Но хрипуновская мама была, слава Богу, достаточно глупа, чтобы не вникать в мудрености народно-государственной демографии. А Хрипунову-старшему было насрать в три вилюшки на народ, партию и правительство, вместе взятые. И когда на заводе гугнивый Лешка Воропаев как-то раз Хрипунова-старшего подъебнул – что, мол, не могешь, Вован, вдуть своей Таньке как следовает наследника? Больной, что ли? Так давай я подмогну! – Хрипунов-старший двумя сокрушительными плюхами доказал, что нет – здоровый. Сам справится, если что. И заводские послушно заткнулись, перенеся возбудительные беседы в кулуары и будуары, потому как Хрипунов-старший всегда был парень крепкий: в перерыв спокойно съедал поллитру и потом до конца смены лихо ворочал ящики, багровея вздувшейся шеей да изредка отдуваясь.
Конечно, можно романтично предположить, что хрипуновская мама просто любила хрипуновского папу и потому желала увековечить это и без того бессмертное чувство в виде визгливого пакета, перепоясанного розовой или голубой лентой.

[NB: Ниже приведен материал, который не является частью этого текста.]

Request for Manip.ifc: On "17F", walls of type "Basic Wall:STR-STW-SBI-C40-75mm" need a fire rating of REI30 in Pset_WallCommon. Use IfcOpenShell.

First a look at what the model holds.

```python
import ifcopenshell
import ifcopenshell.util.element

model = ifcopenshell.open("Manip.ifc")
print(model.schema)
storey = next(s for s in model.by_type("IfcBuildingStorey") if s.Name == "17F")
walls = [e for e in ifcopenshell.util.element.get_decomposition(storey) if e.is_a("IfcWall")]
seen = {}
for e in walls:
    element_type = ifcopenshell.util.element.get_type(e)
    key = (element_type.Name if element_type != e and element_type else None, ifcopenshell.util.element.get_pset(e, "Pset_WallCommon", "FireRating"))
    seen[key] = seen.get(key, 0) + 1
for (name, value), count in sorted(seen.items(), key=str):
    print(count, "x", name, "|", value)
```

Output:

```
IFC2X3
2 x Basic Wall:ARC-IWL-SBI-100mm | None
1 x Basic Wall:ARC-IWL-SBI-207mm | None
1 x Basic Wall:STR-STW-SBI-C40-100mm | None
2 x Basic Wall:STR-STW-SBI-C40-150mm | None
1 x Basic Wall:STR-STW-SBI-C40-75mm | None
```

```python
import ifcopenshell
import ifcopenshell.api.pset
import ifcopenshell.util.element

model = ifcopenshell.open("Manip.ifc")

storey = next(s for s in model.by_type("IfcBuildingStorey") if s.Name == "17F")
walls = [e for e in ifcopenshell.util.element.get_decomposition(storey) if e.is_a("IfcWall")]

count = 0
for e in walls:
    element_type = ifcopenshell.util.element.get_type(e)
    if element_type in (None, e) or element_type.Name != "Basic Wall:STR-STW-SBI-C40-75mm":
        continue
    # add_pset returns the element's existing set when there is one.
    pset = ifcopenshell.api.pset.add_pset(model, product=e, name="Pset_WallCommon")
    ifcopenshell.api.pset.edit_pset(model, pset=pset, properties={"FireRating": "REI30"})
    count += 1

print(count, "walls updated")

model.write("Manip-out.ifc")
```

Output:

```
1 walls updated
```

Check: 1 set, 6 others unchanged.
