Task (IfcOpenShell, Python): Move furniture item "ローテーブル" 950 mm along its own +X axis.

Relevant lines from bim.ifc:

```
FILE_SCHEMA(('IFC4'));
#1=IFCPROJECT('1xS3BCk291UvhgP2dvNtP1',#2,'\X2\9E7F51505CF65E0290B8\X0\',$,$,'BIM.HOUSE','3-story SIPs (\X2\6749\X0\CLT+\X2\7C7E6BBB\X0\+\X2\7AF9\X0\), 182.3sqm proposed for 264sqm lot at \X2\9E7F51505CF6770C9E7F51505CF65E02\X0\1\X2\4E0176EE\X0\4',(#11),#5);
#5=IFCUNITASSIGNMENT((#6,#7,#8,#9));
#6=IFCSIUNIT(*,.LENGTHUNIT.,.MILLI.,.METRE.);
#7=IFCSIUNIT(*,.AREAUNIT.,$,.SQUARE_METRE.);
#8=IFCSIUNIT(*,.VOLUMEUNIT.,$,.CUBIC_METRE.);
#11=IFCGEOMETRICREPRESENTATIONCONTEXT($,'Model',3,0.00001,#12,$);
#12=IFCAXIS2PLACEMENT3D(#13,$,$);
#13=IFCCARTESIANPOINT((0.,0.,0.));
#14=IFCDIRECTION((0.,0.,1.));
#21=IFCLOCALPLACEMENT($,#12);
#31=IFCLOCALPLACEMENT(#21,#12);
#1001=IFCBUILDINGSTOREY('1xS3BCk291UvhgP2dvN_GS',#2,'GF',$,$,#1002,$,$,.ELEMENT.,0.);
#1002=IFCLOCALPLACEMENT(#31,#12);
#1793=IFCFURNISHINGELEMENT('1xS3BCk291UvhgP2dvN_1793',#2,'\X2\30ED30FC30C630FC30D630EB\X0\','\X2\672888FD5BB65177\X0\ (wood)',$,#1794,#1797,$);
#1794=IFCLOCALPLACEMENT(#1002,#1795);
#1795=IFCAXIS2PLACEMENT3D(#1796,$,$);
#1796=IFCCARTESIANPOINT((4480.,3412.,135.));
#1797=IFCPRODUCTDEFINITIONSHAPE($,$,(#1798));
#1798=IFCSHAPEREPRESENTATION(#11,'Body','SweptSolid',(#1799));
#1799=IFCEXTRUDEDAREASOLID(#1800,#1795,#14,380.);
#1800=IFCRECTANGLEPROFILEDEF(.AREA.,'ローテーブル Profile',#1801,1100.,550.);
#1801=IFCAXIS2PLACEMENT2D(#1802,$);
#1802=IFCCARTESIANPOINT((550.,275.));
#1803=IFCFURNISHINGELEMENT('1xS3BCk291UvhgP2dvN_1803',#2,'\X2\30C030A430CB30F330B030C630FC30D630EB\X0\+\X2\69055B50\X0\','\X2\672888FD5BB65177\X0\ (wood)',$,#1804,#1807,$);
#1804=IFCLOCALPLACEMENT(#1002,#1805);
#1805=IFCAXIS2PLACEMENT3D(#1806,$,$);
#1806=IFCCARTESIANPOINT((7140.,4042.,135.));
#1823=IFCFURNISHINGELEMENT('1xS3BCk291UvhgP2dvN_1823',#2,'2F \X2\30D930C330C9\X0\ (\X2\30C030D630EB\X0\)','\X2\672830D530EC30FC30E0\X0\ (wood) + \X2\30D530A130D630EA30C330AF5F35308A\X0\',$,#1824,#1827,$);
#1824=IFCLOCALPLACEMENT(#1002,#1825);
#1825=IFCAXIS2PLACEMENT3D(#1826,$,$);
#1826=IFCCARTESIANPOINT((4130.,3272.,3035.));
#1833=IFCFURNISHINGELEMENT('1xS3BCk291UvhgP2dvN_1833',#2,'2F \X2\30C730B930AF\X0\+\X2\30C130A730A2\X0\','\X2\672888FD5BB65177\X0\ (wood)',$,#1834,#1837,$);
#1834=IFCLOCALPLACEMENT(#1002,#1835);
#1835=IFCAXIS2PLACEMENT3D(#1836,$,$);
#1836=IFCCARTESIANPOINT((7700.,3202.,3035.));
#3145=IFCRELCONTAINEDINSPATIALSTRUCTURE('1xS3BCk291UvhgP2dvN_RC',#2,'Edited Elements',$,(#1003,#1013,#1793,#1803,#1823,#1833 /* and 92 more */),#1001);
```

```python
import ifcopenshell
import ifcopenshell.api.geometry
import ifcopenshell.util.placement

model = ifcopenshell.open("bim.ifc")

item = model.by_guid("1xS3BCk291UvhgP2dvN_1793")
matrix = ifcopenshell.util.placement.get_local_placement(item.ObjectPlacement)
matrix[:3, 3] += matrix[:3, 0] * 950.0
ifcopenshell.api.geometry.edit_object_placement(model, product=item, matrix=matrix, is_si=False)

print(ifcopenshell.util.placement.get_local_placement(item.ObjectPlacement).round(3) + 0.0)

model.write("bim_v2.ifc")
```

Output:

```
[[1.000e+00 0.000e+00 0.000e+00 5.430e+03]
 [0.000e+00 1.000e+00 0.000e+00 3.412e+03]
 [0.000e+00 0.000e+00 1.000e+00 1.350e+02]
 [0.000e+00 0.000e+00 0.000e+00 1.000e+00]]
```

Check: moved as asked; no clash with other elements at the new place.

Так сказать – воплотить любовь в прямом смысле этого слова. Но что, что, скажите на милость, могла знать о любви хрипуновская мама? А сам старший Хрипунов? А тысячи, миллионы им подобных – все эти толпы с лицами, наспех вылепленными из хлебного мякиша, и крошечным зародышем души, едва пульсирующим в области желудочно-кишечного тракта? Что им было в этих абсолютно не эргономичных и утомительных исканиях и порывах, в этом надуманном самоуничтожении одной личности ради другой, еще более ни в чем не повинной?

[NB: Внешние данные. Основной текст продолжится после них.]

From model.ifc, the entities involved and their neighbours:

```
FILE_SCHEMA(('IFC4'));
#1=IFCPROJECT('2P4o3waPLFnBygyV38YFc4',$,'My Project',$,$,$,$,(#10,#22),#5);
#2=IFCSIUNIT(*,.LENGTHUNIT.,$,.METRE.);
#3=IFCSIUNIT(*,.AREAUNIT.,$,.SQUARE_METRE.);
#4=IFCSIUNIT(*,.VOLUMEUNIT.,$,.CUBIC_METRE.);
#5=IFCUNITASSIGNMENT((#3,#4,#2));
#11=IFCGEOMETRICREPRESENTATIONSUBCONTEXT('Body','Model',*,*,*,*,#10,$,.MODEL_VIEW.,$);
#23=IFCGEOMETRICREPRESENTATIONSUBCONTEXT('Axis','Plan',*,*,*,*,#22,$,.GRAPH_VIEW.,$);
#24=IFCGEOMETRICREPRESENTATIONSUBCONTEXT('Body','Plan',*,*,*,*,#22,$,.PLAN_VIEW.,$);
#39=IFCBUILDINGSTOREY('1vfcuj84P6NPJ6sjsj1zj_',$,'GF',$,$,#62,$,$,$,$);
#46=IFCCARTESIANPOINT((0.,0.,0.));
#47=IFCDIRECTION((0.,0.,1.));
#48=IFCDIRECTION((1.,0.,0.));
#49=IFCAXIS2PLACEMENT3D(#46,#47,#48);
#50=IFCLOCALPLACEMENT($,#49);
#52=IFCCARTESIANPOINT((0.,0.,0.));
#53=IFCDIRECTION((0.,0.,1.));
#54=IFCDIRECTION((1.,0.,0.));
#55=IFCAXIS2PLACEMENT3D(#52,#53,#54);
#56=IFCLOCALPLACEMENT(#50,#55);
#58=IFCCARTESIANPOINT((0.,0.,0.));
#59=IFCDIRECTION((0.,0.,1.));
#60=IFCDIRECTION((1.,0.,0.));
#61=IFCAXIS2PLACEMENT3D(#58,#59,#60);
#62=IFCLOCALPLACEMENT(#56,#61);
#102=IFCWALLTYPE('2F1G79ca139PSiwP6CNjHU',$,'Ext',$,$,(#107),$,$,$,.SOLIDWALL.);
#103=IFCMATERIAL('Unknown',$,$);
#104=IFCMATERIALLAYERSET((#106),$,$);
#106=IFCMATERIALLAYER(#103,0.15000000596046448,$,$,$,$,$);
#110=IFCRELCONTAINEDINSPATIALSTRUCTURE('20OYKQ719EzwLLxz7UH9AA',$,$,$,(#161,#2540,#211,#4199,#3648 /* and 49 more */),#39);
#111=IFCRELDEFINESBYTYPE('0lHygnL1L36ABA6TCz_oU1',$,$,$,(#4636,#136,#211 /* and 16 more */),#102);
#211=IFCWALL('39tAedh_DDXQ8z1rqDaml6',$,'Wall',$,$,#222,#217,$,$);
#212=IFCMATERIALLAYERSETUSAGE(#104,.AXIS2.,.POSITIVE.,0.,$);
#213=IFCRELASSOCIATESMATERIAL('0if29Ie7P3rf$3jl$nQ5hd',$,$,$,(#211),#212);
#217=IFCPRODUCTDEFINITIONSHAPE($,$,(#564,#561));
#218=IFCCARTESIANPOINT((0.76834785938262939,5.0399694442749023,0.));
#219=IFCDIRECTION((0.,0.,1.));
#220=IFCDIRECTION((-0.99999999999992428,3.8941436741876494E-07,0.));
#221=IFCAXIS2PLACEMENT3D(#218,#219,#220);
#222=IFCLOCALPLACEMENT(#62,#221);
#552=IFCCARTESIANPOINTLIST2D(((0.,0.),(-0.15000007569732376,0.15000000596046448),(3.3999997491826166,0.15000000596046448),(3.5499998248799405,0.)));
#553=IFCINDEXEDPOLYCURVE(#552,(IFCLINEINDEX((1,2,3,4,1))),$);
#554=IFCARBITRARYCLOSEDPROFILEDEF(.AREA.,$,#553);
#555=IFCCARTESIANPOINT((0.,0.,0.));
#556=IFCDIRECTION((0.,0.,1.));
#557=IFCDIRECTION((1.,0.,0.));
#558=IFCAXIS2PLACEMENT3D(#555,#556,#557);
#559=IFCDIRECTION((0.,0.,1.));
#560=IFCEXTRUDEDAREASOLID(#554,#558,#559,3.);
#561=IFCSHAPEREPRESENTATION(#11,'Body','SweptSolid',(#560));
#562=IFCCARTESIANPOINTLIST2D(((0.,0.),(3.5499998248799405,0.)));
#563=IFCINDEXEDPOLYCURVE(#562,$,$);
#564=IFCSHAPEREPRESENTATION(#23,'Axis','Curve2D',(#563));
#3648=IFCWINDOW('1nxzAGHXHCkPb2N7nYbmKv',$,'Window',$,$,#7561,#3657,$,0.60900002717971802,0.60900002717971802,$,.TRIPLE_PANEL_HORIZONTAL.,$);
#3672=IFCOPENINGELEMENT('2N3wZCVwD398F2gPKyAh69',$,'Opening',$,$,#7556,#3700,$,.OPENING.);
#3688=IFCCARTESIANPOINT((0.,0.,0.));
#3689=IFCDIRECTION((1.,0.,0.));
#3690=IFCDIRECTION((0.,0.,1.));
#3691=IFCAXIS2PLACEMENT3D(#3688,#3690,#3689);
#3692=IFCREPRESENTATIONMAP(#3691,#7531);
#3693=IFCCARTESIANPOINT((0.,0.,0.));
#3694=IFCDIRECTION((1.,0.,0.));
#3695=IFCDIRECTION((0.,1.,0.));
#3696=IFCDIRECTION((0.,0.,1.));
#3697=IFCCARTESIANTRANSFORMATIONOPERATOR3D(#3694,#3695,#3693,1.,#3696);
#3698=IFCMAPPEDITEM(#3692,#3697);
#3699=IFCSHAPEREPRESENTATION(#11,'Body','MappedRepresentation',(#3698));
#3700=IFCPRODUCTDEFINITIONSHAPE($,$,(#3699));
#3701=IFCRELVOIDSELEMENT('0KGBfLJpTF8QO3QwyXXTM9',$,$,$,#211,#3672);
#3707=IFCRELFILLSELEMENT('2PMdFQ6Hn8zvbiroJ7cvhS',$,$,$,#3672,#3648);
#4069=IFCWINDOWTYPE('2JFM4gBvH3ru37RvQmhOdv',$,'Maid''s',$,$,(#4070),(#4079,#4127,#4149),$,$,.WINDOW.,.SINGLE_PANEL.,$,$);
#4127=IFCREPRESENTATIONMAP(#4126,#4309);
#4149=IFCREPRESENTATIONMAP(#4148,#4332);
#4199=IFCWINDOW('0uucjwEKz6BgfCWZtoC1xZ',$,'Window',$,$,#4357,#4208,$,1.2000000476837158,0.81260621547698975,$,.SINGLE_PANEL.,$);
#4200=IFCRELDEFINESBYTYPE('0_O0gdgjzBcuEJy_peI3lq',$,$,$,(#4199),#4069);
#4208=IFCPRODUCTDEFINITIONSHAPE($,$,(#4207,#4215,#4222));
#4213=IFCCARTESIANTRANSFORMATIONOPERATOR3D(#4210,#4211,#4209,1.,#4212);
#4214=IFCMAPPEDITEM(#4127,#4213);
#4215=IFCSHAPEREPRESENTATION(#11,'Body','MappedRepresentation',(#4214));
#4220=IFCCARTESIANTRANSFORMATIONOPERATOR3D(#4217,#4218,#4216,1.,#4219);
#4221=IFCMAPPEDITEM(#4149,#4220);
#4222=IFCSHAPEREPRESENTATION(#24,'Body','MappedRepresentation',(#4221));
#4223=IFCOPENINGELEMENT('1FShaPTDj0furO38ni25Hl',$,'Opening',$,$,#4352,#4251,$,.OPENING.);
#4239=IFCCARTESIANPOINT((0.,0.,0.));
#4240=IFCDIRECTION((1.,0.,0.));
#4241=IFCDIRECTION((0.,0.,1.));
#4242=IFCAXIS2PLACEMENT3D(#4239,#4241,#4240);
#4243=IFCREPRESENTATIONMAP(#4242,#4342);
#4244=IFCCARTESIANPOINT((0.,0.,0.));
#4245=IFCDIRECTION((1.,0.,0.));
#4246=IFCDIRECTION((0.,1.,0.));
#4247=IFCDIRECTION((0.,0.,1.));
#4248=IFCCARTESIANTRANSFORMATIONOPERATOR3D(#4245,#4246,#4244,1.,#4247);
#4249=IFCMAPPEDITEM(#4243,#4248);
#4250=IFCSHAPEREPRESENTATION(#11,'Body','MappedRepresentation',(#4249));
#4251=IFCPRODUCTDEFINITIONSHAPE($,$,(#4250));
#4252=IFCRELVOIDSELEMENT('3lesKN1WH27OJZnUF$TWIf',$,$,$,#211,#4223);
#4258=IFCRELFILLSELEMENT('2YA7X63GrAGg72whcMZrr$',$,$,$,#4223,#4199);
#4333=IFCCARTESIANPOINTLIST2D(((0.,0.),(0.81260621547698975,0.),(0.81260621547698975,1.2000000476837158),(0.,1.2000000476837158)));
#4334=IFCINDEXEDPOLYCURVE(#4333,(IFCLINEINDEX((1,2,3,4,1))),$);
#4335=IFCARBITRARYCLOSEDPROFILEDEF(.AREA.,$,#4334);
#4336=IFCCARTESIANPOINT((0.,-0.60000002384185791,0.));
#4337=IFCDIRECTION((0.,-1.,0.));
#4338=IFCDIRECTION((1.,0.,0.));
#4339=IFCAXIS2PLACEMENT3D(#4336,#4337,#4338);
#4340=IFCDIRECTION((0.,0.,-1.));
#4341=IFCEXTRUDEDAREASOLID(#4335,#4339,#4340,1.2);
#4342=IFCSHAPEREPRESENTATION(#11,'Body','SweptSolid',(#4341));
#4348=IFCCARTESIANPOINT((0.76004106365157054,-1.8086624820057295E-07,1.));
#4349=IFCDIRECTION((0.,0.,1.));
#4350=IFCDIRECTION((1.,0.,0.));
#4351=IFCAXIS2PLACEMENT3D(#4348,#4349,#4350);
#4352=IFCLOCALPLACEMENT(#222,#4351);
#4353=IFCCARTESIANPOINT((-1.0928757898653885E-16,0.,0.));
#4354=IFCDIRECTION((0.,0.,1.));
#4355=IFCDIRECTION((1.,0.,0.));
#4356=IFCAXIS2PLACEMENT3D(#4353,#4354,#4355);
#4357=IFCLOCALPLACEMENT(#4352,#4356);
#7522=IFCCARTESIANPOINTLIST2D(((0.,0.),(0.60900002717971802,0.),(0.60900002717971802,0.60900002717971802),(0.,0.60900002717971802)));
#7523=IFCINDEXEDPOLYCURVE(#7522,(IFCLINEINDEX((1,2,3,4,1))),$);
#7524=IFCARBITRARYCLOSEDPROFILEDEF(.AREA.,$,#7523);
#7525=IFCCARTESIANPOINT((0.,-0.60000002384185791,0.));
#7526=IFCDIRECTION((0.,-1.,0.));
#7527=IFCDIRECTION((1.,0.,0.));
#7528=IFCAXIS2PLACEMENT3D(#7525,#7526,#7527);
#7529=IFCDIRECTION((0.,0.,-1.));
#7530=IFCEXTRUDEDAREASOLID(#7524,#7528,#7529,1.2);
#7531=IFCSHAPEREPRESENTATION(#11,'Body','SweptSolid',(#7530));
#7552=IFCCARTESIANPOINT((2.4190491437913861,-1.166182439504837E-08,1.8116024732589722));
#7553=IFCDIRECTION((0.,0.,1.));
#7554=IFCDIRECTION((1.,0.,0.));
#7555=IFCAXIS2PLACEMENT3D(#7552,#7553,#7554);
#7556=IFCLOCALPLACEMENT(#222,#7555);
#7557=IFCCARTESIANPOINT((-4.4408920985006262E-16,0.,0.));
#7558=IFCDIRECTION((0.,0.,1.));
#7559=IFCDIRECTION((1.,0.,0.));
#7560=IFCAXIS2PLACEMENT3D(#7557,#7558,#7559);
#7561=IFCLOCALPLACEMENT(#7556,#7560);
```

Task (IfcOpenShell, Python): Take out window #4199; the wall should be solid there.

```python
import ifcopenshell
import ifcopenshell.api.feature
import ifcopenshell.api.root
import ifcopenshell.geom
import ifcopenshell.util.shape

model = ifcopenshell.open("model.ifc")
settings = ifcopenshell.geom.settings()


def volume(element):
    """Net volume in cubic metres, openings subtracted."""
    shape = ifcopenshell.geom.create_shape(settings, element)
    return ifcopenshell.util.shape.get_volume(shape.geometry)


window = model.by_id(4199)
opening = window.FillsVoids[0].RelatingOpeningElement
wall = opening.VoidsElements[0].RelatingBuildingElement
before = volume(wall)

ifcopenshell.api.root.remove_product(model, product=window)
ifcopenshell.api.feature.remove_feature(model, feature=opening)

after = volume(wall)

print(f"wall volume {before:.3f} -> {after:.3f} m3")

model.write("model-out.ifc")
```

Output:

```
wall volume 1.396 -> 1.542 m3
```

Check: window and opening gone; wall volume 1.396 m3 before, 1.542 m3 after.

А Хрипунов… Хрипунов хотел стать Богом. Он вообще не имел права любить.
Потому оставим в покое любовь. Тем более что в тысяча девятьсот пятьдесят девятом году всем было и вовсе уже не до нее. Кубинский народ праздновал освобождение от диктатуры Батисты (как же звали бедолагу? Ах да – Фульхенсио!). Аляска стала сорок девятым штатом США и тоже на радостях упилась до упада. Советский Союз, впрочем, не отставал и, в свою очередь, ликовал – официально, ибо внеочередной XXI съезд КПСС объявил о полной и окончательной победе социализма в одной отдельно взятой стране, и неофициально, потому как наша сборная по футболу на первом кубке Европы сделала и чехов, и венгров, и невесть как затесавшийся в Европу Пекин. Правда, с китайцами и чехами матч был товарищеский, зато венграм в одной восьмой финала вломили один – ноль: помните, как Юрочка Войнов на пятьдесят девятой минуте размочил счет, заставив свой многомиллионный народ, взревев, приникнуть к радиоточкам? Но Войнов что. Вот Яшина Льва Ивановича, конечно, боготворили – это да.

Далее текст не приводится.